You have to understand that, in the Australian film scene of the 1980s and ‘90s, the lively ‘Chinatown beat’ of cinemas served as an invaluable parallel sector of film distribution and exhibition in Australia: it was there that aficionados, including Clare Stewart – then helping to manage the Melbourne Cinematheque, later director of the London Film Festival – would discover everything from John Woo’s action movies and Stephen Chow’s delirious comedies to Wong’s early works, As Tears Go By (1988), Days of Being Wild (1990) and Ashes of Time (1994).

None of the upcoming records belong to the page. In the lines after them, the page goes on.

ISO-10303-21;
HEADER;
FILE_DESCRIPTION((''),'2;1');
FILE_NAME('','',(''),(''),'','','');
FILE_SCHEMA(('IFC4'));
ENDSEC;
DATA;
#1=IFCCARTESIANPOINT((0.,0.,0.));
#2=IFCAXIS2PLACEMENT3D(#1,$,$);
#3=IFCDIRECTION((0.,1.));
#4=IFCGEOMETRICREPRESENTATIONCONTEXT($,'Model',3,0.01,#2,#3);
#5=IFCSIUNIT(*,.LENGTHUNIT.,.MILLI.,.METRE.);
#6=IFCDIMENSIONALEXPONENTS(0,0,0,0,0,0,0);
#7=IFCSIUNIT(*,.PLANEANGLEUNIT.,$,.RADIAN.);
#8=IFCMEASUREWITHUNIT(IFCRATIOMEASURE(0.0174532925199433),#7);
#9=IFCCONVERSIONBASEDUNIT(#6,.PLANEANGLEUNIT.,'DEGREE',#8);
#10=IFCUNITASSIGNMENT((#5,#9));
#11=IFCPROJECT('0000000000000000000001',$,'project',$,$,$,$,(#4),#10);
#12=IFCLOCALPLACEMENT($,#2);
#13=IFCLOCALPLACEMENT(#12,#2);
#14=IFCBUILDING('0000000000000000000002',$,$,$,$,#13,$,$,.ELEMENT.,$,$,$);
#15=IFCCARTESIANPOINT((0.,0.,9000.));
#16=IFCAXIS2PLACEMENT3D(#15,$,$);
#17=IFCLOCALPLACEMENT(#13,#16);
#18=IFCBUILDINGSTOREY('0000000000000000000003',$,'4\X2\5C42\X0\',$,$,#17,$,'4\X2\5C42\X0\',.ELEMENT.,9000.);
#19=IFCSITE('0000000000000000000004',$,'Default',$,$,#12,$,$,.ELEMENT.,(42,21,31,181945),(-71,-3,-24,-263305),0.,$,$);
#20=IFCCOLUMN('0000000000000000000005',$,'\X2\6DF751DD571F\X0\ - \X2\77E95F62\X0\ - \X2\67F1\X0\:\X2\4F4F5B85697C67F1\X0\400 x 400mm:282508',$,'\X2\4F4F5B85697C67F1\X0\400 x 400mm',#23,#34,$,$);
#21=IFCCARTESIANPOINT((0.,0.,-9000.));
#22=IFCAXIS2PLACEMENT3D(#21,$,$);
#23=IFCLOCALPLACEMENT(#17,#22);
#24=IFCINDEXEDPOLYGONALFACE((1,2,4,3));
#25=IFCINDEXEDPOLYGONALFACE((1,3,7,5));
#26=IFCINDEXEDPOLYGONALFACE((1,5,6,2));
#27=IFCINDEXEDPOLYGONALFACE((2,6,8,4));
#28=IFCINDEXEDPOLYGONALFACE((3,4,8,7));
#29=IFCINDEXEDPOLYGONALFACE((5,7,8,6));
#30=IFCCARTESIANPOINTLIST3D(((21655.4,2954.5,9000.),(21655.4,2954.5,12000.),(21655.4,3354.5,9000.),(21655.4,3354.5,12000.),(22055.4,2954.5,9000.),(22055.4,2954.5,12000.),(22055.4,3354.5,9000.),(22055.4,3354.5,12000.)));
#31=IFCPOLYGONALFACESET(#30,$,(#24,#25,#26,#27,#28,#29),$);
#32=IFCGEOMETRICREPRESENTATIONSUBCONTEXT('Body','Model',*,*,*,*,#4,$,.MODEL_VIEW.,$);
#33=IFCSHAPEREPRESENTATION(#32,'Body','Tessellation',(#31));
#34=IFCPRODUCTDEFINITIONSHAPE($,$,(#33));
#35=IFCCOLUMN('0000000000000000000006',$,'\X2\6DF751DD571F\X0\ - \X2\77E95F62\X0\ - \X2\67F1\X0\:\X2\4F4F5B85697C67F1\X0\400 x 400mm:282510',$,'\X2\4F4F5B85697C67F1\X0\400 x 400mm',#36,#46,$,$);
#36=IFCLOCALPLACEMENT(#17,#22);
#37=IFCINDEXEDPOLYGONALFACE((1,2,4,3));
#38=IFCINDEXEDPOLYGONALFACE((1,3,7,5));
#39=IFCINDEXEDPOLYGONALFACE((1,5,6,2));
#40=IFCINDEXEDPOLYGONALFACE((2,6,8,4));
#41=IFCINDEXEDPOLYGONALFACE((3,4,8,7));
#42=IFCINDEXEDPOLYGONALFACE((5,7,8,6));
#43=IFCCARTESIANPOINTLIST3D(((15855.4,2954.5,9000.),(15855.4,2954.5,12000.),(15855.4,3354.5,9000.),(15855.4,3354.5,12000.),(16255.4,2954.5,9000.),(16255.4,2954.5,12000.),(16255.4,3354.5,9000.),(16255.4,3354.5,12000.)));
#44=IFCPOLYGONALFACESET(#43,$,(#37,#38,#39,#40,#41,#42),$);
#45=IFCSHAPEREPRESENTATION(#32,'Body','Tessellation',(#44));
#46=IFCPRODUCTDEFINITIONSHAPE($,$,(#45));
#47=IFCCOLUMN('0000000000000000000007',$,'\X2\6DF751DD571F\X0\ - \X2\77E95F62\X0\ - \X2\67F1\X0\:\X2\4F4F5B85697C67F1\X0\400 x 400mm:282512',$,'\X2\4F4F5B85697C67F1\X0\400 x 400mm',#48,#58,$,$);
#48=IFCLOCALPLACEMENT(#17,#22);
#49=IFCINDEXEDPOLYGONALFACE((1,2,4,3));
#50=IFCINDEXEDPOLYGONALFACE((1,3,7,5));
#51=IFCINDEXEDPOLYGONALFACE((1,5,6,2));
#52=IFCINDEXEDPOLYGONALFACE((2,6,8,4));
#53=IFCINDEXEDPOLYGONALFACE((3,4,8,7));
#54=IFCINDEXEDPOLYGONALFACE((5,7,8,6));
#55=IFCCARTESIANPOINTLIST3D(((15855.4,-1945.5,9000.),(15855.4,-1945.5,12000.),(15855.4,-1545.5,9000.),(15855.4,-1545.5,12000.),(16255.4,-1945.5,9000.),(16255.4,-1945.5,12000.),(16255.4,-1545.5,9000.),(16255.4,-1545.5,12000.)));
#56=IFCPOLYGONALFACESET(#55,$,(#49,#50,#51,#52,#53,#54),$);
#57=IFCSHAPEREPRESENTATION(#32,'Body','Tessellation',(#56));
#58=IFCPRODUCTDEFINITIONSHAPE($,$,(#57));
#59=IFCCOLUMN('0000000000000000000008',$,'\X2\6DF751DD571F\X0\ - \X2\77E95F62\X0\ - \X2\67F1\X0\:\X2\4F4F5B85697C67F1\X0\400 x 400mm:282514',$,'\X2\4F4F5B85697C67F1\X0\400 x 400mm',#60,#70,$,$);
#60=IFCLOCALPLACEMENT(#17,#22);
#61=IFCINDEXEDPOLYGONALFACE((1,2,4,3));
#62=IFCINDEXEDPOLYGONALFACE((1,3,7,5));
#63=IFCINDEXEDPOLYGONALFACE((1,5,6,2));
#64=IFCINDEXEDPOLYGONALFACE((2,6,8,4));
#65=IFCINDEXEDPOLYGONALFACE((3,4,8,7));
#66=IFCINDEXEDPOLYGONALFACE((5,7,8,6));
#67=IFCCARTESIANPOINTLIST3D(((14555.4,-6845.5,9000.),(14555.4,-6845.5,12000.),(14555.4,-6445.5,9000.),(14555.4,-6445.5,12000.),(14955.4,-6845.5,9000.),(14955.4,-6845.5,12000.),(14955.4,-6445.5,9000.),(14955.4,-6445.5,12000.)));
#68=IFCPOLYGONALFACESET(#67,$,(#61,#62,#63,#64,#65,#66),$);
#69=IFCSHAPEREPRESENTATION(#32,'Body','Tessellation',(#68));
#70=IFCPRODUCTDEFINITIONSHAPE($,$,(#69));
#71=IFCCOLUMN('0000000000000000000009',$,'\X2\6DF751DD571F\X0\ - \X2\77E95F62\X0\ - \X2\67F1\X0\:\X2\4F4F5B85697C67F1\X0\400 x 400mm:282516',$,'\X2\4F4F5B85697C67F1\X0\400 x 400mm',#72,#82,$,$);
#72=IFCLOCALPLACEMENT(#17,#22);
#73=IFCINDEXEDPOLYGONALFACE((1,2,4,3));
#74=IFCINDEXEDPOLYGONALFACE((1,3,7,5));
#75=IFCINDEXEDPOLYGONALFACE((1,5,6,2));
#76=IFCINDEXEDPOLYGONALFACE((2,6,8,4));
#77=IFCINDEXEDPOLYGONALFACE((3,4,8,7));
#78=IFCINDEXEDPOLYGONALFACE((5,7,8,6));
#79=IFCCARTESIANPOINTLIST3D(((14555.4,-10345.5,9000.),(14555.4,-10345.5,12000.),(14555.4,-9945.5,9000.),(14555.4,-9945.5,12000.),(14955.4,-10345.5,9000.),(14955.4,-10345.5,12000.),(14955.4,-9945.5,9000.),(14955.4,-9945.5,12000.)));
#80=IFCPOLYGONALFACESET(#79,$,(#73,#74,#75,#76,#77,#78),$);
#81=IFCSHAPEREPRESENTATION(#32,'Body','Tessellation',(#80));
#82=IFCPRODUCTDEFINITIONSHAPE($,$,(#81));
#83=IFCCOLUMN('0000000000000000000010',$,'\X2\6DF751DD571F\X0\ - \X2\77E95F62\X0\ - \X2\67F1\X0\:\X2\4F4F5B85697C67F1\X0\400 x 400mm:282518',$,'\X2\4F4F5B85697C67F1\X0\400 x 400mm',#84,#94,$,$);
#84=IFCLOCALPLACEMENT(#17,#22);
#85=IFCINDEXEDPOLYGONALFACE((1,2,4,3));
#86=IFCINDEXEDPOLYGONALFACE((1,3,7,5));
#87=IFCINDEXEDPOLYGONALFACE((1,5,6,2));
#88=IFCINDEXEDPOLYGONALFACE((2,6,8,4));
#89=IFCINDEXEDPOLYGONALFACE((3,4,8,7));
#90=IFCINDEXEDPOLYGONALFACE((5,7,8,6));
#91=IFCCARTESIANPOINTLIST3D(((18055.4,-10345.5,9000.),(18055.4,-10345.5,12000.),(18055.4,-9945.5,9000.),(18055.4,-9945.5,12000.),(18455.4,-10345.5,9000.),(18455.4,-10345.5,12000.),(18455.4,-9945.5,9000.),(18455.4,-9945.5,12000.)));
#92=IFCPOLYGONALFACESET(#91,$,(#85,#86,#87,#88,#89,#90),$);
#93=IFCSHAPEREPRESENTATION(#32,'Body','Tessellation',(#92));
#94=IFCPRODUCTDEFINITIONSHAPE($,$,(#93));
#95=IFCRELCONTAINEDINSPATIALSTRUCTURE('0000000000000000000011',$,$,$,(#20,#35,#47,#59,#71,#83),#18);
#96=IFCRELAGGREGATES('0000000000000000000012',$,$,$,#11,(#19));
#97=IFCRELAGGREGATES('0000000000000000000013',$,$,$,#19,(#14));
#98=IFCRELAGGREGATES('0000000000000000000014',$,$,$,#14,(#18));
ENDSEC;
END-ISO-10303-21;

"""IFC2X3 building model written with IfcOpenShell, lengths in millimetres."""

from ifc_helpers import new_model, entity, si_unit, converted_unit, direction, frame, frame_2d, origin, origin_2d_with_axis, place, context, subcontext, project, spatial, rectangle, extrude, source, transform, mapped, element, save


model = new_model("IFC2X3")

# Units and contexts
model_context = context("Model", 3, precision=0.01, world=origin(), true_north=direction((0.0, 1.0)))
body_context = subcontext(model_context, "Body", "Model", "MODEL_VIEW")
ifc_project = project(units=[si_unit("LENGTHUNIT", "METRE", prefix="MILLI"), converted_unit("PLANEANGLEUNIT", "DEGREE", entity("IfcRatioMeasure", 0.0174532925199433), si_unit("PLANEANGLEUNIT", "RADIAN"), dimensions=[0, 0, 0, 0, 0, 0, 0])], contexts=[model_context])

# Site, building, storey
site_placement = place(None, origin())
site = spatial("IfcSite", under=ifc_project, at=site_placement, Name="Default", CompositionType="ELEMENT", RefLatitude=(42, 21, 31, 181945), RefLongitude=(-71, -3, -24, -263305), RefElevation=0.0)
building_placement = place(site_placement, origin())
building = spatial("IfcBuilding", under=site, at=building_placement, CompositionType="ELEMENT")
storey_placement = place(building_placement, frame((0.0, 0.0, 9000.0)))
storey = spatial("IfcBuildingStorey", under=building, at=storey_placement, Name="4层", LongName="4层", CompositionType="ELEMENT", Elevation=9000.0)

# Columns
shared_shape_1 = source(origin(), body_context, "Body", "SweptSolid", [
    extrude(rectangle(XDim=400.0, YDim=400.0, at=frame_2d((0.0, 0.0), x_axis=(1.0, 0.0))), frame((21855.4, 3154.5, 9000.0), z_axis=(0.0, 0.0, 1.0), x_axis=(0.0, -1.0, 0.0)), (0.0, 0.0, 1.0), 3000.0),
])
column_1_placement = place(storey_placement, frame((0.0, 0.0, -9000.0)))
element("IfcColumn", 1, at=column_1_placement, inside=storey, Name="混凝土 - 矩形 - 柱:住宅楼柱400 x 400mm:282508", ObjectType="住宅楼柱400 x 400mm", context=body_context, shape_type="MappedRepresentation", body=[
    mapped(shared_shape_1, transform((0.0, 0.0, 0.0), scale=1.0)),
])
shared_shape_2 = source(origin(), body_context, "Body", "SweptSolid", [
    extrude(rectangle(XDim=400.0, YDim=400.0, at=origin_2d_with_axis()), frame((16055.4, 3154.5, 9000.0), z_axis=(0.0, 0.0, 1.0), x_axis=(0.0, -1.0, 0.0)), (0.0, 0.0, 1.0), 3000.0),
])
column_2_placement = place(storey_placement, frame((0.0, 0.0, -9000.0)))
element("IfcColumn", 2, at=column_2_placement, inside=storey, Name="混凝土 - 矩形 - 柱:住宅楼柱400 x 400mm:282510", ObjectType="住宅楼柱400 x 400mm", context=body_context, shape_type="MappedRepresentation", body=[
    mapped(shared_shape_2, transform((0.0, 0.0, 0.0), scale=1.0)),
])
shared_shape_3 = source(origin(), body_context, "Body", "SweptSolid", [
    extrude(rectangle(XDim=400.0, YDim=400.0, at=origin_2d_with_axis()), frame((16055.4, -1745.5, 9000.0), z_axis=(0.0, 0.0, 1.0), x_axis=(0.0, -1.0, 0.0)), (0.0, 0.0, 1.0), 3000.0),
])
column_3_placement = place(storey_placement, frame((0.0, 0.0, -9000.0)))
element("IfcColumn", 3, at=column_3_placement, inside=storey, Name="混凝土 - 矩形 - 柱:住宅楼柱400 x 400mm:282512", ObjectType="住宅楼柱400 x 400mm", context=body_context, shape_type="MappedRepresentation", body=[
    mapped(shared_shape_3, transform((0.0, 0.0, 0.0), scale=1.0)),
])
shared_shape_4 = source(origin(), body_context, "Body", "SweptSolid", [
    extrude(rectangle(XDim=400.0, YDim=400.0, at=frame_2d((0.0, 0.0), x_axis=(1.0, 0.0))), frame((14755.4, -6645.5, 9000.0), z_axis=(0.0, 0.0, 1.0), x_axis=(0.0, -1.0, 0.0)), (0.0, 0.0, 1.0), 3000.0),
])
column_4_placement = place(storey_placement, frame((0.0, 0.0, -9000.0)))
element("IfcColumn", 4, at=column_4_placement, inside=storey, Name="混凝土 - 矩形 - 柱:住宅楼柱400 x 400mm:282514", ObjectType="住宅楼柱400 x 400mm", context=body_context, shape_type="MappedRepresentation", body=[
    mapped(shared_shape_4, transform((0.0, 0.0, 0.0), scale=1.0)),
])
shared_shape_5 = source(origin(), body_context, "Body", "SweptSolid", [
    extrude(rectangle(XDim=400.0, YDim=400.0, at=origin_2d_with_axis()), frame((14755.4, -10145.5, 9000.0), z_axis=(0.0, 0.0, 1.0), x_axis=(0.0, -1.0, 0.0)), (0.0, 0.0, 1.0), 3000.0),
])
column_5_placement = place(storey_placement, frame((0.0, 0.0, -9000.0)))
element("IfcColumn", 5, at=column_5_placement, inside=storey, Name="混凝土 - 矩形 - 柱:住宅楼柱400 x 400mm:282516", ObjectType="住宅楼柱400 x 400mm", context=body_context, shape_type="MappedRepresentation", body=[
    mapped(shared_shape_5, transform((0.0, 0.0, 0.0), scale=1.0)),
])
shared_shape_6 = source(origin(), body_context, "Body", "SweptSolid", [
    extrude(rectangle(XDim=400.0, YDim=400.0, at=origin_2d_with_axis()), frame((18255.4, -10145.5, 9000.0), z_axis=(0.0, 0.0, 1.0), x_axis=(0.0, -1.0, 0.0)), (0.0, 0.0, 1.0), 3000.0),
])
column_6_placement = place(storey_placement, frame((0.0, 0.0, -9000.0)))
element("IfcColumn", 6, at=column_6_placement, inside=storey, Name="混凝土 - 矩形 - 柱:住宅楼柱400 x 400mm:282518", ObjectType="住宅楼柱400 x 400mm", context=body_context, shape_type="MappedRepresentation", body=[
    mapped(shared_shape_6, transform((0.0, 0.0, 0.0), scale=1.0)),
])

save(model, "model.ifc")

In fact, by the mid ‘90s, the advance word – or ‘hype’, as I ungenerously tagged it in my review – was part of my Wong problem: I had heard and read just a bit too much raving about this guy, and I suspected it was a case of talking-up someone who displayed a welcome flicker of talent.
It only took a year or so, and the eventual revelation of Fallen Angels (1995), for me to hook onto the cinephile party line concerning Wong. And from there on, a remarkable string of films poured forth, managing to hop from film festivals to art houses to a decent measure of commercial success: Happy Together (1997), In the Mood For Love (2000) and, for me his greatest work, 2046 (2004). I assure you, I gave them far more positive reviews!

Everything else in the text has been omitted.